Google released a new search rater guidelines in July, and it was the first major update to those guidelines since 2015. For those in the hospitality industry, the guidelines hold important clues on what owners and managers should focus on when creating new websites or adding to current ones. Google even went so far as to list out what made a bad web page, so let’s delve further into those details so that you can make sure not to fall into those traps.
“An inadequate level of Expertise, Authoritativeness, and Trustworthiness (E-A-T).”
The company has long used the acronym EAT to express who they thought should create websites. They want to see web pages produced by people who know what they are talking about on a given topic. Google continues with an example of a video on how to complete a tax form from people who have no expertise in taxes as being an example of poor expertise.
For those in the hospitality industry, you should be an expert on the geographic location of your establishment, so get out and show people why they should be visiting you.
Furthermore, Google wants to see web pages strongly tied to the subject matter of the website. As an example, Google lists putting that video on a cooking website.
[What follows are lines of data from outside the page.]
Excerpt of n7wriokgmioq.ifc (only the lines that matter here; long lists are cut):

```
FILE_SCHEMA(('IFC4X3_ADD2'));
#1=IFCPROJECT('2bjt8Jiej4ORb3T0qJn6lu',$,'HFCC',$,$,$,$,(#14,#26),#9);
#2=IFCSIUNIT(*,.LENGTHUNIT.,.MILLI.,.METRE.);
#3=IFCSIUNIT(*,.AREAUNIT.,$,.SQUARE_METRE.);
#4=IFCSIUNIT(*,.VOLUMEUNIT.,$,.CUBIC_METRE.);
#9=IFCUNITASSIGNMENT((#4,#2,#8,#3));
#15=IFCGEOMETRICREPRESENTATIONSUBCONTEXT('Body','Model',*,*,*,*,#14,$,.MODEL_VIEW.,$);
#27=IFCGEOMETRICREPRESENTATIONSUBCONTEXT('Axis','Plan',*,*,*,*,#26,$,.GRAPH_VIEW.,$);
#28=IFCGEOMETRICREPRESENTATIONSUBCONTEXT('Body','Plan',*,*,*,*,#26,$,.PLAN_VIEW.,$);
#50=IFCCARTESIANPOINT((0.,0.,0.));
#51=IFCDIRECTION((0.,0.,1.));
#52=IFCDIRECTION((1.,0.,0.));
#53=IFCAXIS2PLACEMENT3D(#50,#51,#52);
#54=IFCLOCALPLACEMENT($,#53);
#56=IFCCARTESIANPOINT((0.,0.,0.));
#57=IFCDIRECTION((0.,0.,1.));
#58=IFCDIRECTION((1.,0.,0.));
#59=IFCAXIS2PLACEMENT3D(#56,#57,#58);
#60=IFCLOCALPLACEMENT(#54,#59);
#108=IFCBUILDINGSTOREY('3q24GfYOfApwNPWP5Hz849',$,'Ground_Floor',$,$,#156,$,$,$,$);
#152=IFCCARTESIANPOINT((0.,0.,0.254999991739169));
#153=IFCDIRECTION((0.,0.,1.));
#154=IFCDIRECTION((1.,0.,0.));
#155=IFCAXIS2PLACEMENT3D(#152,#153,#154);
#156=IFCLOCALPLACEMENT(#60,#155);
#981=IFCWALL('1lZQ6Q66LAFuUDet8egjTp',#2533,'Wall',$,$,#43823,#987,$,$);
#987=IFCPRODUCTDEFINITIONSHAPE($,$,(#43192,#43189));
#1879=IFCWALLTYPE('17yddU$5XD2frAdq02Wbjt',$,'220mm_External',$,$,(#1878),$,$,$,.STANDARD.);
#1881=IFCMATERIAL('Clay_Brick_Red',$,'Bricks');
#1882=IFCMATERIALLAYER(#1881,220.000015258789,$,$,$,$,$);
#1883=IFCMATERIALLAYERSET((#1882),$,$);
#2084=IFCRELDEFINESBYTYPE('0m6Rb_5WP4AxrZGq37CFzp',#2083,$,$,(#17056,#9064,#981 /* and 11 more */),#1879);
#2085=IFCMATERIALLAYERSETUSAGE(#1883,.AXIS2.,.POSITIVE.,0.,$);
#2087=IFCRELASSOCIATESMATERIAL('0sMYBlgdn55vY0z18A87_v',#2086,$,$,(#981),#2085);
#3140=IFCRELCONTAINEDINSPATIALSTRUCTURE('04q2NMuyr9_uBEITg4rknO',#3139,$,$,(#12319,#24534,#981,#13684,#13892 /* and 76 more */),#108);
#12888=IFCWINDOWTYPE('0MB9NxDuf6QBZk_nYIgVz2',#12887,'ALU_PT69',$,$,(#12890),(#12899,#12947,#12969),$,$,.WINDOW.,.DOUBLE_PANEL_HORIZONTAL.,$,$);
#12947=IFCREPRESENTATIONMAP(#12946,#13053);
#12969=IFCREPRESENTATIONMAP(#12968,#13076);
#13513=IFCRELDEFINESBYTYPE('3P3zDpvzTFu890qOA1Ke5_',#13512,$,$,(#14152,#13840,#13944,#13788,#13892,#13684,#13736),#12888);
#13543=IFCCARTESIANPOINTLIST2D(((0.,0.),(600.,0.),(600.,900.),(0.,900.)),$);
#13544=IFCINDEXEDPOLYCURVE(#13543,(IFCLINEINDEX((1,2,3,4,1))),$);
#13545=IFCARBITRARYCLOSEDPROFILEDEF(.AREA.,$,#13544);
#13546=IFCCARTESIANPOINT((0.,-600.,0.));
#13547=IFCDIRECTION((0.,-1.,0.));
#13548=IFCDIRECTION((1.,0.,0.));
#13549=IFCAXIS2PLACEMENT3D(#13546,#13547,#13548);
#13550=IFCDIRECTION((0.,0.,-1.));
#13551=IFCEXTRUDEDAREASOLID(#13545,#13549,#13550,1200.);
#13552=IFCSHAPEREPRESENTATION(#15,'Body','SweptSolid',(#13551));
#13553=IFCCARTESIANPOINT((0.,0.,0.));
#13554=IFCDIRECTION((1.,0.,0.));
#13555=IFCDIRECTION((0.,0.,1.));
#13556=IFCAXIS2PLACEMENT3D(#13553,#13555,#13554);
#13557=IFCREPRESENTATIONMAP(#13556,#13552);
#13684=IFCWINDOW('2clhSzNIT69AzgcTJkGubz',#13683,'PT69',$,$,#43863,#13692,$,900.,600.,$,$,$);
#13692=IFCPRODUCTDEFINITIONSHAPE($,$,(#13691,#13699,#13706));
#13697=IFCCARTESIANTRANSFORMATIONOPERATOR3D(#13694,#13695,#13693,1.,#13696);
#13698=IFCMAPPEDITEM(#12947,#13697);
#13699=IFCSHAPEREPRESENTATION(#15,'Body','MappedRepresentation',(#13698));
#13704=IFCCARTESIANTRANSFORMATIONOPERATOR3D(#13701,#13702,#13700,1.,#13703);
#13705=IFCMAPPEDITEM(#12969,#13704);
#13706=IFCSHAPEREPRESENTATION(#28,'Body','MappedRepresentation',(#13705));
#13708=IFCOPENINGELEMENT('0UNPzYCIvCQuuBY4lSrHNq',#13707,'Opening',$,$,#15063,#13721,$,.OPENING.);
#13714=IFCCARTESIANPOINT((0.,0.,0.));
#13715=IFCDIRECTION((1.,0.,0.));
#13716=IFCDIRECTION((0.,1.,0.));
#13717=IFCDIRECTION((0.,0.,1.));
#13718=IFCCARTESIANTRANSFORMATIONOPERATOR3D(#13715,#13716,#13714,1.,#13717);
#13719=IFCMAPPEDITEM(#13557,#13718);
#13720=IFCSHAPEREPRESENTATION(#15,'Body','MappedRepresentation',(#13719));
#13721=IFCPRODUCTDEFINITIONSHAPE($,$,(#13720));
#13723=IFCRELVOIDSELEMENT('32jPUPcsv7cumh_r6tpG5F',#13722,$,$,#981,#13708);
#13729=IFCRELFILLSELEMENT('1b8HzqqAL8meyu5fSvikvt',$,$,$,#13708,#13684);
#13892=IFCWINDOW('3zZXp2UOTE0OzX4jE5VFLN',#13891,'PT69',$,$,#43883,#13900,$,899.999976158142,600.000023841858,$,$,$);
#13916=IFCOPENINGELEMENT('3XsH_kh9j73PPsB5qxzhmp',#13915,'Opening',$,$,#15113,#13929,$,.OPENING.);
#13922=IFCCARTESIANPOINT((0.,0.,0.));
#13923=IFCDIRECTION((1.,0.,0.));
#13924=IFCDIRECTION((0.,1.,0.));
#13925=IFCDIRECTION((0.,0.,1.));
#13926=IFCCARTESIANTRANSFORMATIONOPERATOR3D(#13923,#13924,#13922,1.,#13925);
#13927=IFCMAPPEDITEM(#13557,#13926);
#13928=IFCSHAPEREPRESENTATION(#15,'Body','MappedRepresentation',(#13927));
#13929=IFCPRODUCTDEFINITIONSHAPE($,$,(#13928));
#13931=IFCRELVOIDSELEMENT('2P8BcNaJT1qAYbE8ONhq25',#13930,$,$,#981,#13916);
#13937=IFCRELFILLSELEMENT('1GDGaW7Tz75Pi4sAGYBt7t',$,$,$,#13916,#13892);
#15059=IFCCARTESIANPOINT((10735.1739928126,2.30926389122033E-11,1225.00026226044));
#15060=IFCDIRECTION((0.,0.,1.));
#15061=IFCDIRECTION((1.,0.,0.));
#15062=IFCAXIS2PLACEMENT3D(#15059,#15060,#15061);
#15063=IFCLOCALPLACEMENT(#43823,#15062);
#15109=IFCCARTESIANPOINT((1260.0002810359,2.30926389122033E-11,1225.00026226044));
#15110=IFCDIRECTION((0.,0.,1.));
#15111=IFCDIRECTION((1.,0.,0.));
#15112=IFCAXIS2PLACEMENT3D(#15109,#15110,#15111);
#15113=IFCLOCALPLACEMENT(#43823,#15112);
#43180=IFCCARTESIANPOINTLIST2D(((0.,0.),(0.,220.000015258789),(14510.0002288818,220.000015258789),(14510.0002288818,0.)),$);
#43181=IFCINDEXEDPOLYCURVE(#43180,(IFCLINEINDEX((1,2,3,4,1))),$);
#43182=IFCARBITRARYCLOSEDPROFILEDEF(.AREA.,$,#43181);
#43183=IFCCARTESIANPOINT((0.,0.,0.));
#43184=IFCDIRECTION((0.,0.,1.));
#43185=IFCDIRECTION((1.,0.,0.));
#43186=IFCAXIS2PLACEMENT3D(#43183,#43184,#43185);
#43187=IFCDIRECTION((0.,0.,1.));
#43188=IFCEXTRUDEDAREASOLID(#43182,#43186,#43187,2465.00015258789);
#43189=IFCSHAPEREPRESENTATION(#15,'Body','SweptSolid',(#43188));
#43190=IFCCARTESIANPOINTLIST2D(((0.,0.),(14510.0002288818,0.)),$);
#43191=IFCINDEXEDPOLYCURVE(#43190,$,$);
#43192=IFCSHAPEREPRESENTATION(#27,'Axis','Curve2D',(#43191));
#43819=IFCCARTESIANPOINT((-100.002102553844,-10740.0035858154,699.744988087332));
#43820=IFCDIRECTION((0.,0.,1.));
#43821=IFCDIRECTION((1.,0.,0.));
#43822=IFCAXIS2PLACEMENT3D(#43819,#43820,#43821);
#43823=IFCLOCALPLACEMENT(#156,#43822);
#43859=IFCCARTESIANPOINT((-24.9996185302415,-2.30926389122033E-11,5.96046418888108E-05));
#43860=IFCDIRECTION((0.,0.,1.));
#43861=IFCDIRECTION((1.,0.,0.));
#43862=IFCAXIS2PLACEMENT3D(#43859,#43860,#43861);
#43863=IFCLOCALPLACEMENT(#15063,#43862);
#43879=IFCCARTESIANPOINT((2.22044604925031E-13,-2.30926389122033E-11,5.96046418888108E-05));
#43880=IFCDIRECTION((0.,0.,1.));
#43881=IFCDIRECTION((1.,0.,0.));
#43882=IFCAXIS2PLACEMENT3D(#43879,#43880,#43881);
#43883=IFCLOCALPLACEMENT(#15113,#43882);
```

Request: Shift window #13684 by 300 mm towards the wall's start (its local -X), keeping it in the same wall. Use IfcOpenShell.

```python
import ifcopenshell
import ifcopenshell.api.geometry
import ifcopenshell.util.placement
import ifcopenshell.util.unit

model = ifcopenshell.open("n7wriokgmioq.ifc")
unit_scale = ifcopenshell.util.unit.calculate_unit_scale(model)

window = model.by_guid("2clhSzNIT69AzgcTJkGubz")
opening = window.FillsVoids[0].RelatingOpeningElement
wall = opening.VoidsElements[0].RelatingBuildingElement

wall_matrix = ifcopenshell.util.placement.get_local_placement(wall.ObjectPlacement)
shift = wall_matrix[:3, 0] * -0.3 / unit_scale
before = ifcopenshell.util.placement.get_local_placement(window.ObjectPlacement)[:3, 3].copy()

# The window is placed relative to its opening, so it follows when the opening moves.
matrix = ifcopenshell.util.placement.get_local_placement(opening.ObjectPlacement)
matrix[:3, 3] += shift
ifcopenshell.api.geometry.edit_object_placement(
    model, product=opening, matrix=matrix, is_si=False, should_transform_children=True
)

after = ifcopenshell.util.placement.get_local_placement(window.ObjectPlacement)[:3, 3]
print("window moved by", (after - before).round(3) + 0.0)

model.write("n7wriokgmioq_edited.ifc")
```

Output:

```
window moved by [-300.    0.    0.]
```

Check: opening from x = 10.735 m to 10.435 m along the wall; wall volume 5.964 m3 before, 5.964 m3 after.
Hospitality providers are often guilty of allowing their content to be shared in many different places. Before you allow your content to be shared, stop and ask yourself if that site will help to build your content.
They also want to see secure websites. As an example, Google lists a shopping page without a secure connection. Those in the hospitality industry will want to make sure that their customers feel safe using their websites when making purchases. For example, the latest version of Google Chrome is marking all HTTP websites as nonsecure.
“The quality of the MC is low.”
Google goes on to say that raters should mark all content as low if the quality of content on the web page is not top-notch. When rating your web pages ask yourself some questions:
- Is the content useful to my target audience?
- Will viewers find it more useful than content produced by my competitors? Is the content credible?
- Is it high quality?
- Will it engage a target audience member?
If you cannot satisfactorily answer all these questions adequately, then it is time to make some changes before a Google rater downgrades your website.
“The title of the MC is exaggerated or shocking.”
Clickbait articles are a waste of time. Therefore, make sure you are writing headlines that deliver on any promises that they make. Well-known SEO expert Neil Patel says that he increased the click-through rate on one of his articles by over 40 percent just by changing the headline. Meanwhile, Copyblogger says that 80 percent of people will read your headline, but only 20 percent will read every word of an article. Increase your click-through rate by:
- Using specific numbers and data
- Make your rationale unique
- Include a call-to-action
- State the obvious
- Use interesting adjectives
- Invoke emotions
In particular, Google outlines several types of pages that should never be found on the internet even in headlines. These include:
- Deceptive pages
- Pages that misinform users
- Malicious pages
- Pages about how to carry out terrorism or self-harm.
If you are including lots of additional content or ads across the top of your page and down its side, then expect to get rated lower. While these can be another source of income, you may be hurting your main cause by allowing too many of them to live on your page.
While Google says that the results collected by their 10,000 raters do not directly affect the search engine results pages, the company freely admits that they use the results to teach their algorithm to create these pages. Therefore, you should consider each of these areas before a rater marks your web page down for them.